PLMJ partner Hugo Rosa Ferreira says the "continuing recovery" of Portuguese banks is creating plenty of opportunities for law firms "be it in recapitalization or quasi-capital raising transactions". He adds: "Also, the consolidation of the market looks to continue – some smaller banks continue to look for exit strategies and this is something that always brings a lot of work to law firms. With regard to Lusophone Africa, Veiga de Macedo says that there is "significant project investment" in Angola and Mozambique that is generating plenty of opportunities for lawyers.

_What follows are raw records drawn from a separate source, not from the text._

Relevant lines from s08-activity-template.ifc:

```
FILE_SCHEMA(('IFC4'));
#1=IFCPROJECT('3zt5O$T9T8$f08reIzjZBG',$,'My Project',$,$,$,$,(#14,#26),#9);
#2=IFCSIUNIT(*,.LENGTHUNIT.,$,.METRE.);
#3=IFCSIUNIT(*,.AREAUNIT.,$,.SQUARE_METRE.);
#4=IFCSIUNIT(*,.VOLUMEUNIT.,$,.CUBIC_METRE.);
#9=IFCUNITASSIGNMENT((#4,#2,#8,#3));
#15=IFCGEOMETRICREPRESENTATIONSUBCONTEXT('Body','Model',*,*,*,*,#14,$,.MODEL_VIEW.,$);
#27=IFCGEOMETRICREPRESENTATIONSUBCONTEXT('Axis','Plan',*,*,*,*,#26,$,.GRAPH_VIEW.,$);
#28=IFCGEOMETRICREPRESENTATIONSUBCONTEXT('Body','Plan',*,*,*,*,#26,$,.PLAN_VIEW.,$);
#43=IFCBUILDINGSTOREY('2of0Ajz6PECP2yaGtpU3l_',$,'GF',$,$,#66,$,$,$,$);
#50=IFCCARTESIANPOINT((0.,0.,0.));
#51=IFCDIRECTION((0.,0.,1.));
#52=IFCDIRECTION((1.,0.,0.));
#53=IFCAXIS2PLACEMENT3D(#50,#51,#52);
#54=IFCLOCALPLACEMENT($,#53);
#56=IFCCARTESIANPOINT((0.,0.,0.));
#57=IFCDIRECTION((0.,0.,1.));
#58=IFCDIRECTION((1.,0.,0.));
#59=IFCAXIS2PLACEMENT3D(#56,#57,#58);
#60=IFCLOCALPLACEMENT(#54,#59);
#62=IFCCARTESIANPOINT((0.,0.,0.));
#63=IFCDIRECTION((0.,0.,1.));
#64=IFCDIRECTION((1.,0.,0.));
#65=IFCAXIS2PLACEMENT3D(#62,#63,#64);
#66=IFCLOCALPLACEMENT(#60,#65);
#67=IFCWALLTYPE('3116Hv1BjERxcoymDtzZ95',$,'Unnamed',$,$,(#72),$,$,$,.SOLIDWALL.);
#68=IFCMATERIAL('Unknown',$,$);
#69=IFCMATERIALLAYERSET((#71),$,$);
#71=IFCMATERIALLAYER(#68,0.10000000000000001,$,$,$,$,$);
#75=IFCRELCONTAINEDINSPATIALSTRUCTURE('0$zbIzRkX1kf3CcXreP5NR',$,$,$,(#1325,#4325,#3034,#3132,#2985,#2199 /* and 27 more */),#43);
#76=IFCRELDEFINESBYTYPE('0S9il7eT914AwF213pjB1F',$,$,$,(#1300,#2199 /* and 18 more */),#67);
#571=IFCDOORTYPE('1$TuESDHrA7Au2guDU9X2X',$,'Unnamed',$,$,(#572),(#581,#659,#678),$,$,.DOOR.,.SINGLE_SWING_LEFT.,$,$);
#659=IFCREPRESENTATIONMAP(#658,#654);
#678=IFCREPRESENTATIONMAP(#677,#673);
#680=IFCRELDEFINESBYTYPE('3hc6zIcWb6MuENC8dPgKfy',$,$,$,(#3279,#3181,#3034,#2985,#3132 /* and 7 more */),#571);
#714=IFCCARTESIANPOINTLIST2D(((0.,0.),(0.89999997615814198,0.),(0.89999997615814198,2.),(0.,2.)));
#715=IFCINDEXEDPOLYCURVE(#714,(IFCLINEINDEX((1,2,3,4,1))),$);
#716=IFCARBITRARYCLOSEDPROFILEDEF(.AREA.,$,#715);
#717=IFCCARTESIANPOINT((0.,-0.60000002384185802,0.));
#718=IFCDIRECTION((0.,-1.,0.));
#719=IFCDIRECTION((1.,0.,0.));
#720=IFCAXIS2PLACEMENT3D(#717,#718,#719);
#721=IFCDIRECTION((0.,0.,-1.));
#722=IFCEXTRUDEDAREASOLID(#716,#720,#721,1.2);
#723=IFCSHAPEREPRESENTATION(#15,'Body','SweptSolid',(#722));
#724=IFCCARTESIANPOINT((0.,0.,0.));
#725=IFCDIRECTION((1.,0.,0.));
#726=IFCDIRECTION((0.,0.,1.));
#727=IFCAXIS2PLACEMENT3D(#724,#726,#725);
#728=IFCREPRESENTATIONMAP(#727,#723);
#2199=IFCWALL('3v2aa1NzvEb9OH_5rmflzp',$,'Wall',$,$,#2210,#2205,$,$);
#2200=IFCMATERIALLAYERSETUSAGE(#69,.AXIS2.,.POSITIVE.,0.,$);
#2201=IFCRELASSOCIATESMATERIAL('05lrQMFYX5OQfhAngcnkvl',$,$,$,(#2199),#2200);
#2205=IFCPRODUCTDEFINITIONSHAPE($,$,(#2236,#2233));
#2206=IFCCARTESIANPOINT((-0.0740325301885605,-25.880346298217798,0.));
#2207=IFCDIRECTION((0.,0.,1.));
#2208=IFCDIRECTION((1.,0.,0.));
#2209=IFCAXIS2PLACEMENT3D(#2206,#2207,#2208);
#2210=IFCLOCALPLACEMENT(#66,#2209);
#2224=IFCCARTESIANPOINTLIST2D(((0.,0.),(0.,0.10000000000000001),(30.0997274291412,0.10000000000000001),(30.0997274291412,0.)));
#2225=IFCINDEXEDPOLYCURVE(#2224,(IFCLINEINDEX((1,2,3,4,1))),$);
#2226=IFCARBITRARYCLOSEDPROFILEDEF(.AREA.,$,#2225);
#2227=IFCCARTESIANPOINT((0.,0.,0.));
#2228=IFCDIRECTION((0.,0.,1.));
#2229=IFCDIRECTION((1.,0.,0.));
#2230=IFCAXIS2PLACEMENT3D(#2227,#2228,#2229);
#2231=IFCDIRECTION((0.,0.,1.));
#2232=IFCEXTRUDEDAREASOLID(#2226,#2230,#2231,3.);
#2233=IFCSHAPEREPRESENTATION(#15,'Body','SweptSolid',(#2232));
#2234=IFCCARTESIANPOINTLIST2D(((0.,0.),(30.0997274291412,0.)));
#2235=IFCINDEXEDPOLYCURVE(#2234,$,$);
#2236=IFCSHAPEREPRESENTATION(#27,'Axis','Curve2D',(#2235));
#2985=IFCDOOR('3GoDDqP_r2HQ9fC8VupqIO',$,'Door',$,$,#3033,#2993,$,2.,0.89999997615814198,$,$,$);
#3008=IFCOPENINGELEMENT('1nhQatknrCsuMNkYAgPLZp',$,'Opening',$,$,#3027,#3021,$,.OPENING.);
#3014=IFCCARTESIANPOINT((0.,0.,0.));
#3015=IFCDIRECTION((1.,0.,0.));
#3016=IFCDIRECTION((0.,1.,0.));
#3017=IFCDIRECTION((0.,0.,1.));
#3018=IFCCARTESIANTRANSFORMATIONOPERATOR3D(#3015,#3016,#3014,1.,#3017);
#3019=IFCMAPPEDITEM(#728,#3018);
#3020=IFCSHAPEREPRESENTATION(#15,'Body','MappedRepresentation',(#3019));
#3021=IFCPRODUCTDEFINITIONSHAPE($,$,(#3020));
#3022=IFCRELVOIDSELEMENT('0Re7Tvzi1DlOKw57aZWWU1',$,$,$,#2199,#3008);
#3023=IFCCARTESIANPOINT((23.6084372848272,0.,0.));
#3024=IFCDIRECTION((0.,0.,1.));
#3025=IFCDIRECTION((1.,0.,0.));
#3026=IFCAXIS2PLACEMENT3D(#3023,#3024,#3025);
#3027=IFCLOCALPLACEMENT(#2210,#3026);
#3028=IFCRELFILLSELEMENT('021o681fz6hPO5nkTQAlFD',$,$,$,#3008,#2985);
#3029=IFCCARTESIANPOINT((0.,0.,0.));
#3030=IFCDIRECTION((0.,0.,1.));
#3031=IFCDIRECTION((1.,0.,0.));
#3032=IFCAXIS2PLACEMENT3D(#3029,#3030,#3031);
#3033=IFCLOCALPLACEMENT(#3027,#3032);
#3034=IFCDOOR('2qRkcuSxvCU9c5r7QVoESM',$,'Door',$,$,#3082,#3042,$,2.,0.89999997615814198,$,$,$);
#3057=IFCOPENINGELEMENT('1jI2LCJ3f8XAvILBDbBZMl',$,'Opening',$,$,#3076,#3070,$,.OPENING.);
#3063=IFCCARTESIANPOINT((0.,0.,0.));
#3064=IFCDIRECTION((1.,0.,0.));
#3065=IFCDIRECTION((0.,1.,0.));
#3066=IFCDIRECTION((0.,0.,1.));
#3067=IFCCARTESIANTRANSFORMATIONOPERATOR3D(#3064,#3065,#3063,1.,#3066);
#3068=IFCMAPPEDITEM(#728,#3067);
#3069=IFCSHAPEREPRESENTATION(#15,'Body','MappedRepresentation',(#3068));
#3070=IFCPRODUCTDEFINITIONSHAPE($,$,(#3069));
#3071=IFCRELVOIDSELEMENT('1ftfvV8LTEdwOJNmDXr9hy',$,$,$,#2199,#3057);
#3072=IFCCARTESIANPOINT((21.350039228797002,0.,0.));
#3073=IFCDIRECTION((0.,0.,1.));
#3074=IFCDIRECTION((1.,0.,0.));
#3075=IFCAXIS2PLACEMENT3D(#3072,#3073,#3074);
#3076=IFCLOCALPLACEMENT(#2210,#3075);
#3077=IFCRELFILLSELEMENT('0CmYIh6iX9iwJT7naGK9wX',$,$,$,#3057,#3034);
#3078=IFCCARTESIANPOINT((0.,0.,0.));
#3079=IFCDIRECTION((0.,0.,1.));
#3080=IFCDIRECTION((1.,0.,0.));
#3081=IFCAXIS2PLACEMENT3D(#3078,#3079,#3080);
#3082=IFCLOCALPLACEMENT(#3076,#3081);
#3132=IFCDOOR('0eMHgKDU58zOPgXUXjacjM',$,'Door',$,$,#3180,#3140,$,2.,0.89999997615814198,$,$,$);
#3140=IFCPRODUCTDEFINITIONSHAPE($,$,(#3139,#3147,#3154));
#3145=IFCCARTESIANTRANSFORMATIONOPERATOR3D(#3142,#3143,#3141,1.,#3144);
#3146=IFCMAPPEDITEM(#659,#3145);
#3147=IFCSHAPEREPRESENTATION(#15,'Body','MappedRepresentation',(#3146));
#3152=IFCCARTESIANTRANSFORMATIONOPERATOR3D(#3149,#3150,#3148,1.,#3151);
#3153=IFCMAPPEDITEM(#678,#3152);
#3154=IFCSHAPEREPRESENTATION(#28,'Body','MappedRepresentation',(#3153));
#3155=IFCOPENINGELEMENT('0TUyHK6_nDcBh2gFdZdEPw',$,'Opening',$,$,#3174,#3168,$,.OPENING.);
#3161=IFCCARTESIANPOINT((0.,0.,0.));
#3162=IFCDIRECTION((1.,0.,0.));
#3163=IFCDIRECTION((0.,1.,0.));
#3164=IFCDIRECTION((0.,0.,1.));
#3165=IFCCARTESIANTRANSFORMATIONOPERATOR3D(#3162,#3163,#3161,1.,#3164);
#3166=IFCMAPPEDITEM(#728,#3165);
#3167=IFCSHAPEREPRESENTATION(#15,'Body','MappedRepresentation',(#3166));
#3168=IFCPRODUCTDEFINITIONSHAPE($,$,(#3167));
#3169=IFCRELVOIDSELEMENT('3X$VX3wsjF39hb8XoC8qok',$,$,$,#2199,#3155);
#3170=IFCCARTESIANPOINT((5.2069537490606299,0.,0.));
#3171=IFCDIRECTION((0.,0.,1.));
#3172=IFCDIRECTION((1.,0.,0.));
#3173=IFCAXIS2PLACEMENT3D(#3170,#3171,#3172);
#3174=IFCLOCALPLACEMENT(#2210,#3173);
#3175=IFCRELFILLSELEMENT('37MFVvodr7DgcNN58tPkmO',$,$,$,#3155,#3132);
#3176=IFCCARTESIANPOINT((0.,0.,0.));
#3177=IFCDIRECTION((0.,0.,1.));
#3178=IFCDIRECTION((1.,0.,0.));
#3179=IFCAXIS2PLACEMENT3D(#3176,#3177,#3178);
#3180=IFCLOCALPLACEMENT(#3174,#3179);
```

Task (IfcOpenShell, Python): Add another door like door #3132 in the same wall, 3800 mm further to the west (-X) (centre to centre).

```python
import ifcopenshell
import ifcopenshell.api.feature
import ifcopenshell.api.geometry
import ifcopenshell.api.root
import ifcopenshell.geom
import ifcopenshell.util.element
import ifcopenshell.util.placement
import ifcopenshell.util.shape

model = ifcopenshell.open("s08-activity-template.ifc")
settings = ifcopenshell.geom.settings()


def volume(element):
    """Net volume in cubic metres, openings subtracted."""
    shape = ifcopenshell.geom.create_shape(settings, element)
    return ifcopenshell.util.shape.get_volume(shape.geometry)


door = model.by_id(3132)
opening = door.FillsVoids[0].RelatingOpeningElement
wall = opening.VoidsElements[0].RelatingBuildingElement
before = volume(wall)
shift = ifcopenshell.util.placement.get_local_placement(wall.ObjectPlacement)[:3, 0] * -3.8

# copy_class copies the void relationship, type, container and properties, but no geometry.
new_opening = ifcopenshell.api.root.copy_class(model, product=opening)
new_opening.Representation = ifcopenshell.util.element.copy_deep(
    model, opening.Representation, exclude=["IfcGeometricRepresentationContext", "IfcRepresentationMap"]
)
new_door = ifcopenshell.api.root.copy_class(model, product=door)
new_door.Representation = ifcopenshell.util.element.copy_deep(
    model, door.Representation, exclude=["IfcGeometricRepresentationContext", "IfcRepresentationMap"]
)
ifcopenshell.api.feature.add_filling(model, opening=new_opening, element=new_door)

for old, new in ((opening, new_opening), (door, new_door)):
    matrix = ifcopenshell.util.placement.get_local_placement(old.ObjectPlacement)
    matrix[:3, 3] += shift
    ifcopenshell.api.geometry.edit_object_placement(model, product=new, matrix=matrix, is_si=False)

after = volume(wall)

print(f"wall volume {before:.3f} -> {after:.3f} m3")

model.write("s08-activity-template-out.ifc")
```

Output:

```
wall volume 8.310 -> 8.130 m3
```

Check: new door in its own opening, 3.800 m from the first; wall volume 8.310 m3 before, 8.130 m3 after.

Meanwhile, the increasing use of digital banking is also creating considerable regulatory work for law firms, lawyers say. Law firms´ banking practices used to be largely transaction-based, but now there is an increasing need for them to be more proficient in the regulatory aspects of banking. "Banks need considerable outside support [with regard to regulation] and this is an opportunity for law firms," one partner says.
Banking with Google?
With regard to the issue of fees, Veiga de Macedo says some clients that "recurrently work with international firms will prioritise quality rather than cost when selecting their lawyers". Lawyers also say that clients are less loyal to their legal advisers – one partner remarks that "substantial shareholder changes in banks mean there is often a reset in the client-lawyer relationship".
Banks cannot ignore the rise of the fintech sector, lawyers say; they also anticipate that companies like Google will have an ever-growing role in the banking sector. Such developments mean that banking lawyers have to become increasingly technologically minded, one partner says. "If you want to add value for clients, you have to have data protection knowledge," says one Lisbon managing partner. SPS Sociedade de Advogados partner Nédia da Fonseca Nunes says: "The investment in technology has played a crucial role in banking development, significantly changing the paradigm in the rendering of these services." However, despite the rise of the fintech sector, lawyers warn that the more traditional banks are not properly addressing this emerging threat at board level.